Why Health Care Inflation Numbers Justify ERISA Preemption of State Health Care Reform Legislation

Someone once said that Marx was wrong about a lot of things, but he was right that everything is economics. Nothing illustrates this maxim more than the various attempts by states to get around ERISA preemption - such as discussed here and here - and mandate health insurance coverage in one manner or another. These attempts by states - which are simply doomed to eventual court declarations that they are preempted- seek to force employers to expand health care availability and, in some cases such as Massachusetts, to get those who fall outside of the employer provided health insurance system to buy their own coverage. The problem is that these legislative attempts don’t affect the real problem, which is that the costs of providing health insurance has escalated to the point where employers face huge financial disincentives to expand their offerings of health insurance and uncovered employees cannot afford their own policies. Here it is in stark black and white (literally, since it comes from the NY Times, rather than from the USA Today, where I guess it would be in stark color): “[t]he cost of employer-sponsored health insurance premiums has increased 6.1 percent this year, well ahead of wage trends and consumer price inflation, but below the 7.7 percent increase in 2006, the Kaiser Family Foundation reported today.” Beyond that, the article points out that “health costs had increased 78 percent since 2001, more than four times as fast as prices and wages.”

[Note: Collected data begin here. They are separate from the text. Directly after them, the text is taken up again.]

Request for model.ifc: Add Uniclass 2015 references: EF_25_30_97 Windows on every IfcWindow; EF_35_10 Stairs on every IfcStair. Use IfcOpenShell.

First a look at what the model holds.

```python
import ifcopenshell

model = ifcopenshell.open("model.ifc")
print(model.schema)
print("classifications:", [c.Name for c in model.by_type("IfcClassification")])
for ifc_class in ("IfcDoor", "IfcRoof", "IfcStair", "IfcWall", "IfcWindow"):
    print(ifc_class, len(model.by_type(ifc_class)))
```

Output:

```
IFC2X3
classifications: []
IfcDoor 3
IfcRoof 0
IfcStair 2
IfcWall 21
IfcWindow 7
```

```python
import ifcopenshell
import ifcopenshell.api.classification

model = ifcopenshell.open("model.ifc")

# IFC2X3 requires Source and Edition and has no link from the project to the system.
system = model.create_entity("IfcClassification", Source="NBS", Edition="2015", Name="Uniclass 2015")

codes = {
    "IfcWindow": ("EF_25_30_97", "Windows"),
    "IfcStair": ("EF_35_10", "Stairs"),
}
for ifc_class, (code, name) in codes.items():
    products = model.by_type(ifc_class)
    ifcopenshell.api.classification.add_reference(
        model, products=products, classification=system, identification=code, name=name
    )
    print(code, len(products))

model.write("model_v2.ifc")
```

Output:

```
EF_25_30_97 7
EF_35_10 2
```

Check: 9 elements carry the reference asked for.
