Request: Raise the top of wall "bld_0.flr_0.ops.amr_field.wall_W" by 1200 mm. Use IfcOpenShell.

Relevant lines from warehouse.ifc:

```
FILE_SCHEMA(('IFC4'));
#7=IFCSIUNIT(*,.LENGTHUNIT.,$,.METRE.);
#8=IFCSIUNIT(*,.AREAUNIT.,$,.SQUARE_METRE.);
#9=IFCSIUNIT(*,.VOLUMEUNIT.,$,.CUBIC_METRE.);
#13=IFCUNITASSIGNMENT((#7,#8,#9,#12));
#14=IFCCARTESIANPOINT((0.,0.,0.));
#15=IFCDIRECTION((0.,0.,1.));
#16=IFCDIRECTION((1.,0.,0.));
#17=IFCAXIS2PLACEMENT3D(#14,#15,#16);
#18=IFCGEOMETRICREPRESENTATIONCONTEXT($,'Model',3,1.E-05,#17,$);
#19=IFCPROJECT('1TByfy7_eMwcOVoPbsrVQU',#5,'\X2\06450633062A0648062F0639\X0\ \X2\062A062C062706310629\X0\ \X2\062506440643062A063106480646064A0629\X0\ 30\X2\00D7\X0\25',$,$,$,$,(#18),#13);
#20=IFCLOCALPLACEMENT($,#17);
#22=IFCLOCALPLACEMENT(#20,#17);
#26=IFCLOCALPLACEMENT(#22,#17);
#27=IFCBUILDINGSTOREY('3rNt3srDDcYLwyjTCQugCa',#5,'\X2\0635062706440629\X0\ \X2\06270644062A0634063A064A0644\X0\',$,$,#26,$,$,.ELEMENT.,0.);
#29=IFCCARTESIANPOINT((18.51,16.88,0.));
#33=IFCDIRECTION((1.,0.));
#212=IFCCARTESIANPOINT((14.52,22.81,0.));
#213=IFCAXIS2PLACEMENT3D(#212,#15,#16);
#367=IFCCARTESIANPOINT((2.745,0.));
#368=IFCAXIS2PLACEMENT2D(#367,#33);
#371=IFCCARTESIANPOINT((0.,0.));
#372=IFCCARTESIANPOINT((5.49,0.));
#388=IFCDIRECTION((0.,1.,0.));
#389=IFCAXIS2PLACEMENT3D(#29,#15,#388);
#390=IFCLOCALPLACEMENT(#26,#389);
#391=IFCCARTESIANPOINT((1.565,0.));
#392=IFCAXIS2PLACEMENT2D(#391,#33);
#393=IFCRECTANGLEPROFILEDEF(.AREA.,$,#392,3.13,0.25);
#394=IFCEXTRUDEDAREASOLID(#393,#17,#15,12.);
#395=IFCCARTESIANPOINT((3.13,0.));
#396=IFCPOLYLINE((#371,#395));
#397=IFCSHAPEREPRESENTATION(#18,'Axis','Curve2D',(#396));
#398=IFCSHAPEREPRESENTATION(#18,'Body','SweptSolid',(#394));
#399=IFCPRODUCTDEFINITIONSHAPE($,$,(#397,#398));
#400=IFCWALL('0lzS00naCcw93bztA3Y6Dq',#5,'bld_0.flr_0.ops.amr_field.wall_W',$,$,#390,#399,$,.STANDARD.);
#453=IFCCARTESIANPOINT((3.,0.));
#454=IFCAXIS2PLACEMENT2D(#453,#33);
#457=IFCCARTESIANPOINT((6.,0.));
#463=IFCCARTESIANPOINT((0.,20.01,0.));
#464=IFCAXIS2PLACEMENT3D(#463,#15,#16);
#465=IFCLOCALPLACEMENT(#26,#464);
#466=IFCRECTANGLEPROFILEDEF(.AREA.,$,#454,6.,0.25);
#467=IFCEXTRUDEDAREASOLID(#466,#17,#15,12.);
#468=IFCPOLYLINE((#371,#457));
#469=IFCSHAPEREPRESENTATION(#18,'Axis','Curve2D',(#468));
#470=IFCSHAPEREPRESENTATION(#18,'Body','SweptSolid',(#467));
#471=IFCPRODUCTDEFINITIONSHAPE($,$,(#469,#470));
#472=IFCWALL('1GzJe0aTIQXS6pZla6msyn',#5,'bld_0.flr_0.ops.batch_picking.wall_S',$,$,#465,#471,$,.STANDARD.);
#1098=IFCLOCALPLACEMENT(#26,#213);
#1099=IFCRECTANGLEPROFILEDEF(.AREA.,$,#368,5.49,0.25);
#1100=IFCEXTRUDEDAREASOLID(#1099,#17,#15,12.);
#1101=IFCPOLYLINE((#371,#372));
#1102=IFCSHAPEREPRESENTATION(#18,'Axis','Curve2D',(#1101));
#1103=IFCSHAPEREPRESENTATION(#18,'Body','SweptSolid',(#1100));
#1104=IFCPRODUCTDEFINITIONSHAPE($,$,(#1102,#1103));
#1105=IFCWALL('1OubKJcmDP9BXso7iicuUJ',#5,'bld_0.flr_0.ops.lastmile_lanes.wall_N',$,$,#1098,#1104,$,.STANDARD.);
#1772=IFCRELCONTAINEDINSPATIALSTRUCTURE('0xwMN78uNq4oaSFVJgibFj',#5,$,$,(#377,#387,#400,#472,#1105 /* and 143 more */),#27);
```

```python
import ifcopenshell
import ifcopenshell.geom
import ifcopenshell.util.shape
import ifcopenshell.util.unit

model = ifcopenshell.open("warehouse.ifc")
unit_scale = ifcopenshell.util.unit.calculate_unit_scale(model)
settings = ifcopenshell.geom.settings()


def volume(element):
    """Net volume in cubic metres, openings subtracted."""
    shape = ifcopenshell.geom.create_shape(settings, element)
    return ifcopenshell.util.shape.get_volume(shape.geometry)


wall = model.by_id(400)
before = volume(wall)

body = next(r for r in wall.Representation.Representations if r.RepresentationIdentifier == "Body")
solid = body.Items[0]
old_height = solid.Depth
solid.Depth += 1.2 / unit_scale
after = volume(wall)

print(f"height {old_height:g} -> {solid.Depth:g}, volume {before:.3f} -> {after:.3f} m3")

model.write("warehouse_updated.ifc")
```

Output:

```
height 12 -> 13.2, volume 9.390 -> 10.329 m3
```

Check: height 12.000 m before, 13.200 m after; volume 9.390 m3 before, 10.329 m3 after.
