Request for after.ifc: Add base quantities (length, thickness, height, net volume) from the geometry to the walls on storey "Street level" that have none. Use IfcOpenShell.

First a look at what the model holds.

```python
import ifcopenshell
import ifcopenshell.util.element
import ifcopenshell.util.unit

model = ifcopenshell.open("after.ifc")
print(model.schema)
for unit_type in ("LENGTHUNIT", "AREAUNIT", "VOLUMEUNIT"):
    print(unit_type, ifcopenshell.util.unit.calculate_unit_scale(model, unit_type))
storey = next(s for s in model.by_type("IfcBuildingStorey") if s.Name == "Street level")
walls = [e for e in ifcopenshell.util.element.get_decomposition(storey) if e.is_a("IfcWall")]
for e in sorted(walls, key=lambda e: e.id()):
    print(e.id(), e.is_a(), e.Name, list(ifcopenshell.util.element.get_psets(e, qtos_only=True)), sep=" | ")
```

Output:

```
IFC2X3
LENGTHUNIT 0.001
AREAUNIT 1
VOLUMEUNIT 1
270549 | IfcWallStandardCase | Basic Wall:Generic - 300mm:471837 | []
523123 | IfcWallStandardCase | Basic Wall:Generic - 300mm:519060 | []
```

```python
import ifcopenshell
import ifcopenshell.api.pset
import ifcopenshell.geom
import ifcopenshell.util.element
import ifcopenshell.util.shape
import ifcopenshell.util.unit

model = ifcopenshell.open("after.ifc")
unit_scale = ifcopenshell.util.unit.calculate_unit_scale(model)
volume_scale = ifcopenshell.util.unit.calculate_unit_scale(model, "VOLUMEUNIT")
settings = ifcopenshell.geom.settings()

storey = next(s for s in model.by_type("IfcBuildingStorey") if s.Name == "Street level")
walls = [e for e in ifcopenshell.util.element.get_decomposition(storey) if e.is_a("IfcWall")]

for e in sorted(walls, key=lambda e: e.id()):
    if ifcopenshell.util.element.get_psets(e, qtos_only=True, should_inherit=False):
        continue
    # Geometry comes back in metres, in the element's own axes.
    shape = ifcopenshell.geom.create_shape(settings, e)
    values = {
        "Length": ifcopenshell.util.shape.get_x(shape.geometry) / unit_scale,
        "Width": ifcopenshell.util.shape.get_y(shape.geometry) / unit_scale,
        "Height": ifcopenshell.util.shape.get_z(shape.geometry) / unit_scale,
        "NetVolume": ifcopenshell.util.shape.get_volume(shape.geometry) / volume_scale,
    }
    qto = ifcopenshell.api.pset.add_qto(model, product=e, name="BaseQuantities")
    ifcopenshell.api.pset.edit_qto(model, qto=qto, properties=values)
    print(e.id(), {k: round(v, 3) for k, v in values.items()})

model.write("after_updated.ifc")
```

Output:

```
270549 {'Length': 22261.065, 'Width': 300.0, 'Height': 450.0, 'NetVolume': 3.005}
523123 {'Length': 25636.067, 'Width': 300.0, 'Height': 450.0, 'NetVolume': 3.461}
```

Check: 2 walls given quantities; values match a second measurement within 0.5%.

The ever increasing impact on the bottom line of providing health insurance is why the employer provided system isn’t expanding to cover more people, and why the uninsured cannot insure themselves. Although the Massachusetts reform act takes some steps towards altering that dynamic, at least with regards to those not covered by employer provided plans and who must instead insure themselves, the simple fact is the various state reform acts aren’t really directed at fixing this fundamental base line problem (and they probably can’t attack this problem effectively on a state by state basis, just further driving home a point I have made previously, that the availability of health insurance coverage probably should not be addressed on a state by state basis, should be addressed on a national basis, and that ERISA preemption of these types of state acts is a good thing as a result). Unless and until the base problem of the economic numbers is tackled, these reform acts aren’t targeting the actual disease, just some of the symptoms of it.